> DIRECTIONS FOR THIS TASK
Sort through the entries below and pull out lines containing the word "IFCSHAPEREPRESENTATION".

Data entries
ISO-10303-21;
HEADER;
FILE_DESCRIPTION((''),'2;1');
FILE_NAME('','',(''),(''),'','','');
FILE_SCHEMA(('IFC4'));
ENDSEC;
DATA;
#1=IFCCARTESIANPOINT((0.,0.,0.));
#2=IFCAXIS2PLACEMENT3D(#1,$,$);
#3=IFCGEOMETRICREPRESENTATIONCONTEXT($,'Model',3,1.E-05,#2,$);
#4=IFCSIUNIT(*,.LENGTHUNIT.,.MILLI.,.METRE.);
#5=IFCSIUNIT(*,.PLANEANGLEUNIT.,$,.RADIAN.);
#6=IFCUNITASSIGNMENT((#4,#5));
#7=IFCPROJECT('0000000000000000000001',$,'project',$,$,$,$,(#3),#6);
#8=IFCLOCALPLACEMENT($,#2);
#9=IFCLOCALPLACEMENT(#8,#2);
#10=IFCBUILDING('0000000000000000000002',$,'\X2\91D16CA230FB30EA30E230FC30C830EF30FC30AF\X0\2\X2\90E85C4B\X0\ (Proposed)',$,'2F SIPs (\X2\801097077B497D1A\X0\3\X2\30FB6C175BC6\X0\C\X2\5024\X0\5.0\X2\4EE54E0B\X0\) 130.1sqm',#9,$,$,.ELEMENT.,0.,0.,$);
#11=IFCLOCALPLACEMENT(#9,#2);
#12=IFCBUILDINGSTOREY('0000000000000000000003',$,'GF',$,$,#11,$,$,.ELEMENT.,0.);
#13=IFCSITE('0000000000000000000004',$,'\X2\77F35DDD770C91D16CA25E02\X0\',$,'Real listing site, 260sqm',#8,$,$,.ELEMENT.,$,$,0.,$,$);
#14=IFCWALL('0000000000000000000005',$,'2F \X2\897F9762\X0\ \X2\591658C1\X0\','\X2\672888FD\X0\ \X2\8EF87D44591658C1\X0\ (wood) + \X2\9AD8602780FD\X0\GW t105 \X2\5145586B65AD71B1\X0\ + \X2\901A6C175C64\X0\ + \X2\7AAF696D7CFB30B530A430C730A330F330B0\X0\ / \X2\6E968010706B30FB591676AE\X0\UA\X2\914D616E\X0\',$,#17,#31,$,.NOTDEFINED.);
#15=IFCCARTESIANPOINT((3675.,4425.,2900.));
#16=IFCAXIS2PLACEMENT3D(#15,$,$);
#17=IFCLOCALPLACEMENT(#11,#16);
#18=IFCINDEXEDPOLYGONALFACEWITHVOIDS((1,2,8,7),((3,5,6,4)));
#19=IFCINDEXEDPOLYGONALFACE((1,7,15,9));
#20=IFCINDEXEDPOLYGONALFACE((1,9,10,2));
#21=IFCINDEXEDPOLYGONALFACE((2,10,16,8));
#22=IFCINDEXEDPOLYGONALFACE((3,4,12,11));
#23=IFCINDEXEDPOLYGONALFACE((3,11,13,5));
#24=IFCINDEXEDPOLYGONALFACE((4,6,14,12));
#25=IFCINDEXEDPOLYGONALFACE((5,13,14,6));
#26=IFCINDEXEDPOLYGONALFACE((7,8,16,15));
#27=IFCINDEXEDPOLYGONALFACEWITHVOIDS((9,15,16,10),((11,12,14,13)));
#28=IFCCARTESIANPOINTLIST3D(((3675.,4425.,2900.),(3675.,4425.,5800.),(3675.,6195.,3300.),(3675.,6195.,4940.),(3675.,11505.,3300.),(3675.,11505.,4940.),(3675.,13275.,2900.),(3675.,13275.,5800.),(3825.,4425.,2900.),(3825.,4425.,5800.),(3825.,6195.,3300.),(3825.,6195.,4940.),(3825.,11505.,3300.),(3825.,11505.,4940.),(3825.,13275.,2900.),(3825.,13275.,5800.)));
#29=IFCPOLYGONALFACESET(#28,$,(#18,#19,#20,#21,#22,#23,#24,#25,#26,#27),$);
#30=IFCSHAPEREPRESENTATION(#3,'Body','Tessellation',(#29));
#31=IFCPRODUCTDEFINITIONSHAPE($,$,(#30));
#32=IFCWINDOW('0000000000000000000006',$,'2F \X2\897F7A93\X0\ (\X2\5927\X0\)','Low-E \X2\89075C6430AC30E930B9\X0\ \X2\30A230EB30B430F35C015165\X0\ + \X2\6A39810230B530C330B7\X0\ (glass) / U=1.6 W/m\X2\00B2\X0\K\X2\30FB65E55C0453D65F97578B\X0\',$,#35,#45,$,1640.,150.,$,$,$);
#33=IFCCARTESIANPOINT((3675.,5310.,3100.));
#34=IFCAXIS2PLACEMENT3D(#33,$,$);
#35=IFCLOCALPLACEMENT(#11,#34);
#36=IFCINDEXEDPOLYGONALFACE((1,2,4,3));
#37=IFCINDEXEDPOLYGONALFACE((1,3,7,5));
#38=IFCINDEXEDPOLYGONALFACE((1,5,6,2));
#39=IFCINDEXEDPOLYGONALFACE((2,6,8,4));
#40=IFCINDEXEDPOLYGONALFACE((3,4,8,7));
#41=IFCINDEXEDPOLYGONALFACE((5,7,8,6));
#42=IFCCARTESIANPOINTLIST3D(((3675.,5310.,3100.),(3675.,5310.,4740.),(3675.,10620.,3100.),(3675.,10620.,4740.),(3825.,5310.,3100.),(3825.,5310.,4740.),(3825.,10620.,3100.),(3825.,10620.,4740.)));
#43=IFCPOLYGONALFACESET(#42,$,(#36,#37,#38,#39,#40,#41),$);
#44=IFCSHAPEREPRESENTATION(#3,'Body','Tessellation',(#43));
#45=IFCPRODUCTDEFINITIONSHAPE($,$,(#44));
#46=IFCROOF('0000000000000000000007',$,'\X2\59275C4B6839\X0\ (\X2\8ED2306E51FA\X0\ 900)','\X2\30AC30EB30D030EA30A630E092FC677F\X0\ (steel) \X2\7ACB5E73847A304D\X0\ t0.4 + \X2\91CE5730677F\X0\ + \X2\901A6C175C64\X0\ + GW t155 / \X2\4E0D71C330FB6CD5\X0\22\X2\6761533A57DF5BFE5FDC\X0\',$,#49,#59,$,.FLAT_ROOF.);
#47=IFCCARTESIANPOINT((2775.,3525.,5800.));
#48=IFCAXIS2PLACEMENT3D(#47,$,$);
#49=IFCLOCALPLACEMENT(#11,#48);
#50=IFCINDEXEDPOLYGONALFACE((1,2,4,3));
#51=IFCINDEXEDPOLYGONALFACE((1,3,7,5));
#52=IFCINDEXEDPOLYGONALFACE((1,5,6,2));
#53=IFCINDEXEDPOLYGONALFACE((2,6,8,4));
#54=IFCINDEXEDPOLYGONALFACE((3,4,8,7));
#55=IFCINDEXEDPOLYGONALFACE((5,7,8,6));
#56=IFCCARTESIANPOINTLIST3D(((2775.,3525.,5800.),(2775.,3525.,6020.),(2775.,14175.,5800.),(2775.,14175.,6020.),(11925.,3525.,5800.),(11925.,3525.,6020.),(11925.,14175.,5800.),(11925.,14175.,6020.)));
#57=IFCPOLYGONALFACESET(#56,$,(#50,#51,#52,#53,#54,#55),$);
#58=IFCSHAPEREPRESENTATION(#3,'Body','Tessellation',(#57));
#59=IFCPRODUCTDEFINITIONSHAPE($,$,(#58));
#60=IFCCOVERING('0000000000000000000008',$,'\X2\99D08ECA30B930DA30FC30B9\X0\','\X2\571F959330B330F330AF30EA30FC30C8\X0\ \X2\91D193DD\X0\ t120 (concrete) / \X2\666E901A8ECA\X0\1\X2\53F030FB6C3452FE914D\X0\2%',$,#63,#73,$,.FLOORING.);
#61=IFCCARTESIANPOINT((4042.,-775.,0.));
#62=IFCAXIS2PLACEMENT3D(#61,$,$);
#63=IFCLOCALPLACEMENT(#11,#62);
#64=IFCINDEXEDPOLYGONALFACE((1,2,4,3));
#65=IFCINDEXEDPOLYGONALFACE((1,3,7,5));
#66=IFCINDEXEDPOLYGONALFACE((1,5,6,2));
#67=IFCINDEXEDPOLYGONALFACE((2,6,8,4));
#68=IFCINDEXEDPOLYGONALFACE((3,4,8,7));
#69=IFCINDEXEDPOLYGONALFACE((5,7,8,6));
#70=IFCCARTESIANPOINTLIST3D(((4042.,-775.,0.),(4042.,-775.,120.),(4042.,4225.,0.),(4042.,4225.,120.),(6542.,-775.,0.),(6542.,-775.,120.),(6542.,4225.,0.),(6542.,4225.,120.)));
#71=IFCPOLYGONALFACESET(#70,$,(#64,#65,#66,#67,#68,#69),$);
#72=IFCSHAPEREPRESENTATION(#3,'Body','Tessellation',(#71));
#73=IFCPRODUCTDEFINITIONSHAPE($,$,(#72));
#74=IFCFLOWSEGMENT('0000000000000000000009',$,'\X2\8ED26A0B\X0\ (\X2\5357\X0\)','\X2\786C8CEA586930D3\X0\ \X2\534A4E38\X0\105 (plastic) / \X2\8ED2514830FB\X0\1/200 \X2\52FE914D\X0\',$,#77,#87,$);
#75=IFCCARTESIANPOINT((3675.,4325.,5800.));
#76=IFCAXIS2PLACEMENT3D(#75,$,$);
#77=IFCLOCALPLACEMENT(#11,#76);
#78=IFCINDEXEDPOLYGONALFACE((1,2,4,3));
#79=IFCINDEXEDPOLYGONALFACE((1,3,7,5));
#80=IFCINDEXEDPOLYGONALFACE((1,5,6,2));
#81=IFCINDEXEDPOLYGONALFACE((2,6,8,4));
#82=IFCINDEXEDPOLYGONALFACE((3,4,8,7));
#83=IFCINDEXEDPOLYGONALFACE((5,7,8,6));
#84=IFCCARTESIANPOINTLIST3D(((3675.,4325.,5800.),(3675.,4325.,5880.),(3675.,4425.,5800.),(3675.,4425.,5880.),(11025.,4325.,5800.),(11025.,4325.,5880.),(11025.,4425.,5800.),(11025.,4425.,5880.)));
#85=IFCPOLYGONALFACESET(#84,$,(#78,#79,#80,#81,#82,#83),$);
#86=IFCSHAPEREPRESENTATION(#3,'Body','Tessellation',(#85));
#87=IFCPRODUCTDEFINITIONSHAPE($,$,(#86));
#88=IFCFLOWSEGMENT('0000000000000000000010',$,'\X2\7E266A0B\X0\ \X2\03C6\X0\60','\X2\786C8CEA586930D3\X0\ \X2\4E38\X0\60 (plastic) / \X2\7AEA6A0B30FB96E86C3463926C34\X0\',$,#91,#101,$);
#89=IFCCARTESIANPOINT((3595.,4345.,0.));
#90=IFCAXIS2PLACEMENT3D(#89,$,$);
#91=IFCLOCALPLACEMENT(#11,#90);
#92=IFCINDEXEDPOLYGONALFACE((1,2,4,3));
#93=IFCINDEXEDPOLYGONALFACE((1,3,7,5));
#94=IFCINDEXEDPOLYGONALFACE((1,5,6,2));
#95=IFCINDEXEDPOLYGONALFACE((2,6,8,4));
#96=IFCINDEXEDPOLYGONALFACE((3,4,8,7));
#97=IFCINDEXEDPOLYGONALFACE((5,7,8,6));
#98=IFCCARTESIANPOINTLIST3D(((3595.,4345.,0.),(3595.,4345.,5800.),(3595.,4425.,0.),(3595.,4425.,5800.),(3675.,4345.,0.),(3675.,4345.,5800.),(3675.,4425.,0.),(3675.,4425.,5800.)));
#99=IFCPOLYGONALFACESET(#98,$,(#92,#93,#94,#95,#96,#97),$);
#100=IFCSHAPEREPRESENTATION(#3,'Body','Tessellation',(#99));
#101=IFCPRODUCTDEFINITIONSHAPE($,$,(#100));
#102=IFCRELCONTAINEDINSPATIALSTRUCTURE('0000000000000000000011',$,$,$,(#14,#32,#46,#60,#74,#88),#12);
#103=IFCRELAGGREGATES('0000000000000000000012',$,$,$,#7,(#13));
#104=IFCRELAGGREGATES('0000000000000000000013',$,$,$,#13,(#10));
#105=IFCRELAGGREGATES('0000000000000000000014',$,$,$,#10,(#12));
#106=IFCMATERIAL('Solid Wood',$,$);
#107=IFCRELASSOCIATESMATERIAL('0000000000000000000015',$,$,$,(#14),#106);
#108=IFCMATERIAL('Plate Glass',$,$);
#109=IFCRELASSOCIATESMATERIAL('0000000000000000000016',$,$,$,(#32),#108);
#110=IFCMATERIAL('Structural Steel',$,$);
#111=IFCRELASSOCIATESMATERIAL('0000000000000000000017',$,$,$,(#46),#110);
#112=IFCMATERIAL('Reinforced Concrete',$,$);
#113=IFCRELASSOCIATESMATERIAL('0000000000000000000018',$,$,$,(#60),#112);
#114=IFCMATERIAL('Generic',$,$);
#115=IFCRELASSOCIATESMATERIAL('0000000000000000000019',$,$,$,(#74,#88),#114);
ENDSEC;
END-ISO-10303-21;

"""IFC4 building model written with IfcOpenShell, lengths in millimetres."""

from ifc_helpers import new_model, si_unit, frame, frame_2d, origin, place, context, project, spatial, rectangle, extrude, material, element, fill, save


model = new_model("IFC4")

# Units and contexts
model_context = context("Model", 3, precision=1e-05, world=origin())
ifc_project = project(units=[si_unit("LENGTHUNIT", "METRE", prefix="MILLI"), si_unit("PLANEANGLEUNIT", "RADIAN")], contexts=[model_context])

# Site, building, storey
site_placement = place(None, origin())
site = spatial("IfcSite", under=ifc_project, at=site_placement, Name="石川県金沢市", ObjectType="Real listing site, 260sqm", CompositionType="ELEMENT", RefElevation=0.0)
building_placement = place(site_placement, origin())
building = spatial("IfcBuilding", under=site, at=building_placement, Name="金沢・リモートワーク2部屋 (Proposed)", ObjectType="2F SIPs (耐震等級3・気密C値5.0以下) 130.1sqm", CompositionType="ELEMENT", ElevationOfRefHeight=0.0, ElevationOfTerrain=0.0)
storey_placement = place(building_placement, origin())
storey = spatial("IfcBuildingStorey", under=building, at=storey_placement, Name="GF", CompositionType="ELEMENT", Elevation=0.0)

# Shared definitions
ifc_material_1 = material(Name="Solid Wood")

# Shared definitions
ifc_material_2 = material(Name="Reinforced Concrete")

# Shared definitions
ifc_material_3 = material(Name="Plate Glass")

# Wall, opening, window
wall_1_placement = place(storey_placement, frame((3675.0, 4425.0, 2900.0)))
wall_1 = element("IfcWall", 1, at=wall_1_placement, inside=storey, material=ifc_material_1, Name="2F 西面 外壁", Description="木製 軸組外壁 (wood) + 高性能GW t105 充填断熱 + 通気層 + 窯業系サイディング / 準耐火・外皮UA配慮", PredefinedType="NOTDEFINED", context=model_context, shape_type="SweptSolid", body=[
    extrude(rectangle(XDim=150.0, YDim=8850.0, at=frame_2d((75.0, 4425.0))), frame((3675.0, 4425.0, 2900.0)), (0.0, 0.0, 1.0), 2900.0),
])
opening_1_placement = place(storey_placement, frame((3675.0, 5310.0, 3100.0)))
opening_1 = element("IfcOpeningElement", 2, at=opening_1_placement, cuts=wall_1, PredefinedType="NOTDEFINED", context=model_context, shape_type="SweptSolid", body=[
    extrude(rectangle(XDim=150.0, YDim=5310.0, at=frame_2d((75.0, 2655.0))), frame((3675.0, 5310.0, 3100.0)), (0.0, 0.0, 1.0), 1640.0),
])
window_1_placement = place(storey_placement, frame((3675.0, 5310.0, 3100.0)))
window_1 = element("IfcWindow", 3, at=window_1_placement, inside=storey, material=ifc_material_3, Name="2F 西窓 (大)", Description="Low-E 複層ガラス アルゴン封入 + 樹脂サッシ (glass) / U=1.6 W/m²K・日射取得型", OverallHeight=1640.0, OverallWidth=150.0, context=model_context, shape_type="SweptSolid", body=[
    extrude(rectangle(XDim=150.0, YDim=5310.0, at=frame_2d((75.0, 2655.0))), frame((3675.0, 5310.0, 3100.0)), (0.0, 0.0, 1.0), 1640.0),
])
fill(opening_1, window_1)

> RESPONSE TO THIS EXERCISE
#30=IFCSHAPEREPRESENTATION(#3,'Body','Tessellation',(#29));
#44=IFCSHAPEREPRESENTATION(#3,'Body','Tessellation',(#43));
#58=IFCSHAPEREPRESENTATION(#3,'Body','Tessellation',(#57));
#72=IFCSHAPEREPRESENTATION(#3,'Body','Tessellation',(#71));
#86=IFCSHAPEREPRESENTATION(#3,'Body','Tessellation',(#85));
#100=IFCSHAPEREPRESENTATION(#3,'Body','Tessellation',(#99));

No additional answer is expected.